REQUIRED WORK
Go through the listing and retype each line exactly.

== RECORDS

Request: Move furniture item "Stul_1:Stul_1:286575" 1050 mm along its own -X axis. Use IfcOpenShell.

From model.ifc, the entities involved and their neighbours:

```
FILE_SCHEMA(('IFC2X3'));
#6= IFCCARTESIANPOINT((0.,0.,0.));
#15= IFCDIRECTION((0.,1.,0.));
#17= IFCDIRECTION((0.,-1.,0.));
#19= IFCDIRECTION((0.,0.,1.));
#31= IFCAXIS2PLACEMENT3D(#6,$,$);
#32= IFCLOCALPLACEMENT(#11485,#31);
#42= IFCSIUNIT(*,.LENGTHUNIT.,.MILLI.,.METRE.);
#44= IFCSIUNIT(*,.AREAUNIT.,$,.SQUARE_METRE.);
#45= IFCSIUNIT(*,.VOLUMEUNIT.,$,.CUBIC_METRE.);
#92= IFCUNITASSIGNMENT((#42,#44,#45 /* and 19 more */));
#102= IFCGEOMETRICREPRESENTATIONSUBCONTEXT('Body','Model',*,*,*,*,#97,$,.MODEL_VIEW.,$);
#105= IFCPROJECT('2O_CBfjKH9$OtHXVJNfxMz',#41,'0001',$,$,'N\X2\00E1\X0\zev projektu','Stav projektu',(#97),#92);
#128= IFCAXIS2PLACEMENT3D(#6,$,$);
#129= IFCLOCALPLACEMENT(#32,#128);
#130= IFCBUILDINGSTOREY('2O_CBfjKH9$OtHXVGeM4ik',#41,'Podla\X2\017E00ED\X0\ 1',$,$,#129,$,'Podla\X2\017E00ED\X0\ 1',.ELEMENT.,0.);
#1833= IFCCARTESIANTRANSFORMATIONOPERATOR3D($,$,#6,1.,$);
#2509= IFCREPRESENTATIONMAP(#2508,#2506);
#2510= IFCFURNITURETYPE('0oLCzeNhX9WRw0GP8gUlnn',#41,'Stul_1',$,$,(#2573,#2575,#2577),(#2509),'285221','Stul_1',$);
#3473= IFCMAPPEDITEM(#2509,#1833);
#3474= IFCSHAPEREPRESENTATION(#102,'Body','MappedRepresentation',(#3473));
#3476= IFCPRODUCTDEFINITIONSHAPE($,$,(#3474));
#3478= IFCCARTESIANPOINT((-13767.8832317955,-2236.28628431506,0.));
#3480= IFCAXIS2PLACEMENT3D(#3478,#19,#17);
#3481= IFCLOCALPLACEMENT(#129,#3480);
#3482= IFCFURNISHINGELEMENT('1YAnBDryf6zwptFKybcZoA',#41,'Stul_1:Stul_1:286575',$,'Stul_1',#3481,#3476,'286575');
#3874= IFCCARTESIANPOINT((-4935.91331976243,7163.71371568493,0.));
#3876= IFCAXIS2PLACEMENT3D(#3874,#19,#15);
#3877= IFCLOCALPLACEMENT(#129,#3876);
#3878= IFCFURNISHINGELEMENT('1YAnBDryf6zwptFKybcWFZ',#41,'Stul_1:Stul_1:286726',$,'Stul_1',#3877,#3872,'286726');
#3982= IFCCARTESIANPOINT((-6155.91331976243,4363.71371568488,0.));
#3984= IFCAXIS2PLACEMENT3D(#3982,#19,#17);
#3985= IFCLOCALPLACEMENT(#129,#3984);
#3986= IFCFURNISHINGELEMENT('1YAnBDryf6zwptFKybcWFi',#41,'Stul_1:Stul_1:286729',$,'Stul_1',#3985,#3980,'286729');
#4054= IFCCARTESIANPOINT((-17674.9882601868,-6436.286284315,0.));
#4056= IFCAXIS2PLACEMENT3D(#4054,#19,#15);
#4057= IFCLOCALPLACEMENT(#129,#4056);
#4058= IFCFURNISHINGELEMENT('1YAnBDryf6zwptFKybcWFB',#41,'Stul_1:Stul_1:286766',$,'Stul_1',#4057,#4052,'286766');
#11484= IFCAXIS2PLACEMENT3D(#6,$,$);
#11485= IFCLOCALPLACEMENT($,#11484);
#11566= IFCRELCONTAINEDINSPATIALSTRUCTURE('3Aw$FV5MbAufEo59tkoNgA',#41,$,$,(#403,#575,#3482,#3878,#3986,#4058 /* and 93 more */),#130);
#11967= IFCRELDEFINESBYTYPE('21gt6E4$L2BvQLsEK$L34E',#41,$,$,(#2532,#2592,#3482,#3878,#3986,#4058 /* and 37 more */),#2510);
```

```python
import ifcopenshell
import ifcopenshell.api.geometry
import ifcopenshell.util.placement
import ifcopenshell.util.unit

model = ifcopenshell.open("model.ifc")
unit_scale = ifcopenshell.util.unit.calculate_unit_scale(model)

item = model.by_id(3482)
matrix = ifcopenshell.util.placement.get_local_placement(item.ObjectPlacement)
matrix[:3, 3] -= matrix[:3, 0] * 1.05 / unit_scale
ifcopenshell.api.geometry.edit_object_placement(model, product=item, matrix=matrix, is_si=False)

print(ifcopenshell.util.placement.get_local_placement(item.ObjectPlacement).round(3) + 0.0)

model.write("model_v2.ifc")
```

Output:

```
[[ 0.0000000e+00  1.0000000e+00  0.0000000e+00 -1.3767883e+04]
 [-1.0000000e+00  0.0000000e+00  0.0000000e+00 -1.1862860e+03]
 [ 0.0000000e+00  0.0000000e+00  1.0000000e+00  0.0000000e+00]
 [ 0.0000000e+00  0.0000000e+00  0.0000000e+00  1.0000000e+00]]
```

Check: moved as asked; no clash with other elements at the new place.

====

OUTPUT BELOW
Request: Move furniture item "Stul_1:Stul_1:286575" 1050 mm along its own -X axis. Use IfcOpenShell.

From model.ifc, the entities involved and their neighbours:

```
FILE_SCHEMA(('IFC2X3'));
#6= IFCCARTESIANPOINT((0.,0.,0.));
#15= IFCDIRECTION((0.,1.,0.));
#17= IFCDIRECTION((0.,-1.,0.));
#19= IFCDIRECTION((0.,0.,1.));
#31= IFCAXIS2PLACEMENT3D(#6,$,$);
#32= IFCLOCALPLACEMENT(#11485,#31);
#42= IFCSIUNIT(*,.LENGTHUNIT.,.MILLI.,.METRE.);
#44= IFCSIUNIT(*,.AREAUNIT.,$,.SQUARE_METRE.);
#45= IFCSIUNIT(*,.VOLUMEUNIT.,$,.CUBIC_METRE.);
#92= IFCUNITASSIGNMENT((#42,#44,#45 /* and 19 more */));
#102= IFCGEOMETRICREPRESENTATIONSUBCONTEXT('Body','Model',*,*,*,*,#97,$,.MODEL_VIEW.,$);
#105= IFCPROJECT('2O_CBfjKH9$OtHXVJNfxMz',#41,'0001',$,$,'N\X2\00E1\X0\zev projektu','Stav projektu',(#97),#92);
#128= IFCAXIS2PLACEMENT3D(#6,$,$);
#129= IFCLOCALPLACEMENT(#32,#128);
#130= IFCBUILDINGSTOREY('2O_CBfjKH9$OtHXVGeM4ik',#41,'Podla\X2\017E00ED\X0\ 1',$,$,#129,$,'Podla\X2\017E00ED\X0\ 1',.ELEMENT.,0.);
#1833= IFCCARTESIANTRANSFORMATIONOPERATOR3D($,$,#6,1.,$);
#2509= IFCREPRESENTATIONMAP(#2508,#2506);
#2510= IFCFURNITURETYPE('0oLCzeNhX9WRw0GP8gUlnn',#41,'Stul_1',$,$,(#2573,#2575,#2577),(#2509),'285221','Stul_1',$);
#3473= IFCMAPPEDITEM(#2509,#1833);
#3474= IFCSHAPEREPRESENTATION(#102,'Body','MappedRepresentation',(#3473));
#3476= IFCPRODUCTDEFINITIONSHAPE($,$,(#3474));
#3478= IFCCARTESIANPOINT((-13767.8832317955,-2236.28628431506,0.));
#3480= IFCAXIS2PLACEMENT3D(#3478,#19,#17);
#3481= IFCLOCALPLACEMENT(#129,#3480);
#3482= IFCFURNISHINGELEMENT('1YAnBDryf6zwptFKybcZoA',#41,'Stul_1:Stul_1:286575',$,'Stul_1',#3481,#3476,'286575');
#3874= IFCCARTESIANPOINT((-4935.91331976243,7163.71371568493,0.));
#3876= IFCAXIS2PLACEMENT3D(#3874,#19,#15);
#3877= IFCLOCALPLACEMENT(#129,#3876);
#3878= IFCFURNISHINGELEMENT('1YAnBDryf6zwptFKybcWFZ',#41,'Stul_1:Stul_1:286726',$,'Stul_1',#3877,#3872,'286726');
#3982= IFCCARTESIANPOINT((-6155.91331976243,4363.71371568488,0.));
#3984= IFCAXIS2PLACEMENT3D(#3982,#19,#17);
#3985= IFCLOCALPLACEMENT(#129,#3984);
#3986= IFCFURNISHINGELEMENT('1YAnBDryf6zwptFKybcWFi',#41,'Stul_1:Stul_1:286729',$,'Stul_1',#3985,#3980,'286729');
#4054= IFCCARTESIANPOINT((-17674.9882601868,-6436.286284315,0.));
#4056= IFCAXIS2PLACEMENT3D(#4054,#19,#15);
#4057= IFCLOCALPLACEMENT(#129,#4056);
#4058= IFCFURNISHINGELEMENT('1YAnBDryf6zwptFKybcWFB',#41,'Stul_1:Stul_1:286766',$,'Stul_1',#4057,#4052,'286766');
#11484= IFCAXIS2PLACEMENT3D(#6,$,$);
#11485= IFCLOCALPLACEMENT($,#11484);
#11566= IFCRELCONTAINEDINSPATIALSTRUCTURE('3Aw$FV5MbAufEo59tkoNgA',#41,$,$,(#403,#575,#3482,#3878,#3986,#4058 /* and 93 more */),#130);
#11967= IFCRELDEFINESBYTYPE('21gt6E4$L2BvQLsEK$L34E',#41,$,$,(#2532,#2592,#3482,#3878,#3986,#4058 /* and 37 more */),#2510);
```

```python
import ifcopenshell
import ifcopenshell.api.geometry
import ifcopenshell.util.placement
import ifcopenshell.util.unit

model = ifcopenshell.open("model.ifc")
unit_scale = ifcopenshell.util.unit.calculate_unit_scale(model)

item = model.by_id(3482)
matrix = ifcopenshell.util.placement.get_local_placement(item.ObjectPlacement)
matrix[:3, 3] -= matrix[:3, 0] * 1.05 / unit_scale
ifcopenshell.api.geometry.edit_object_placement(model, product=item, matrix=matrix, is_si=False)

print(ifcopenshell.util.placement.get_local_placement(item.ObjectPlacement).round(3) + 0.0)

model.write("model_v2.ifc")
```

Output:

```
[[ 0.0000000e+00  1.0000000e+00  0.0000000e+00 -1.3767883e+04]
 [-1.0000000e+00  0.0000000e+00  0.0000000e+00 -1.1862860e+03]
 [ 0.0000000e+00  0.0000000e+00  1.0000000e+00  0.0000000e+00]
 [ 0.0000000e+00  0.0000000e+00  0.0000000e+00  1.0000000e+00]]
```

Check: moved as asked; no clash with other elements at the new place.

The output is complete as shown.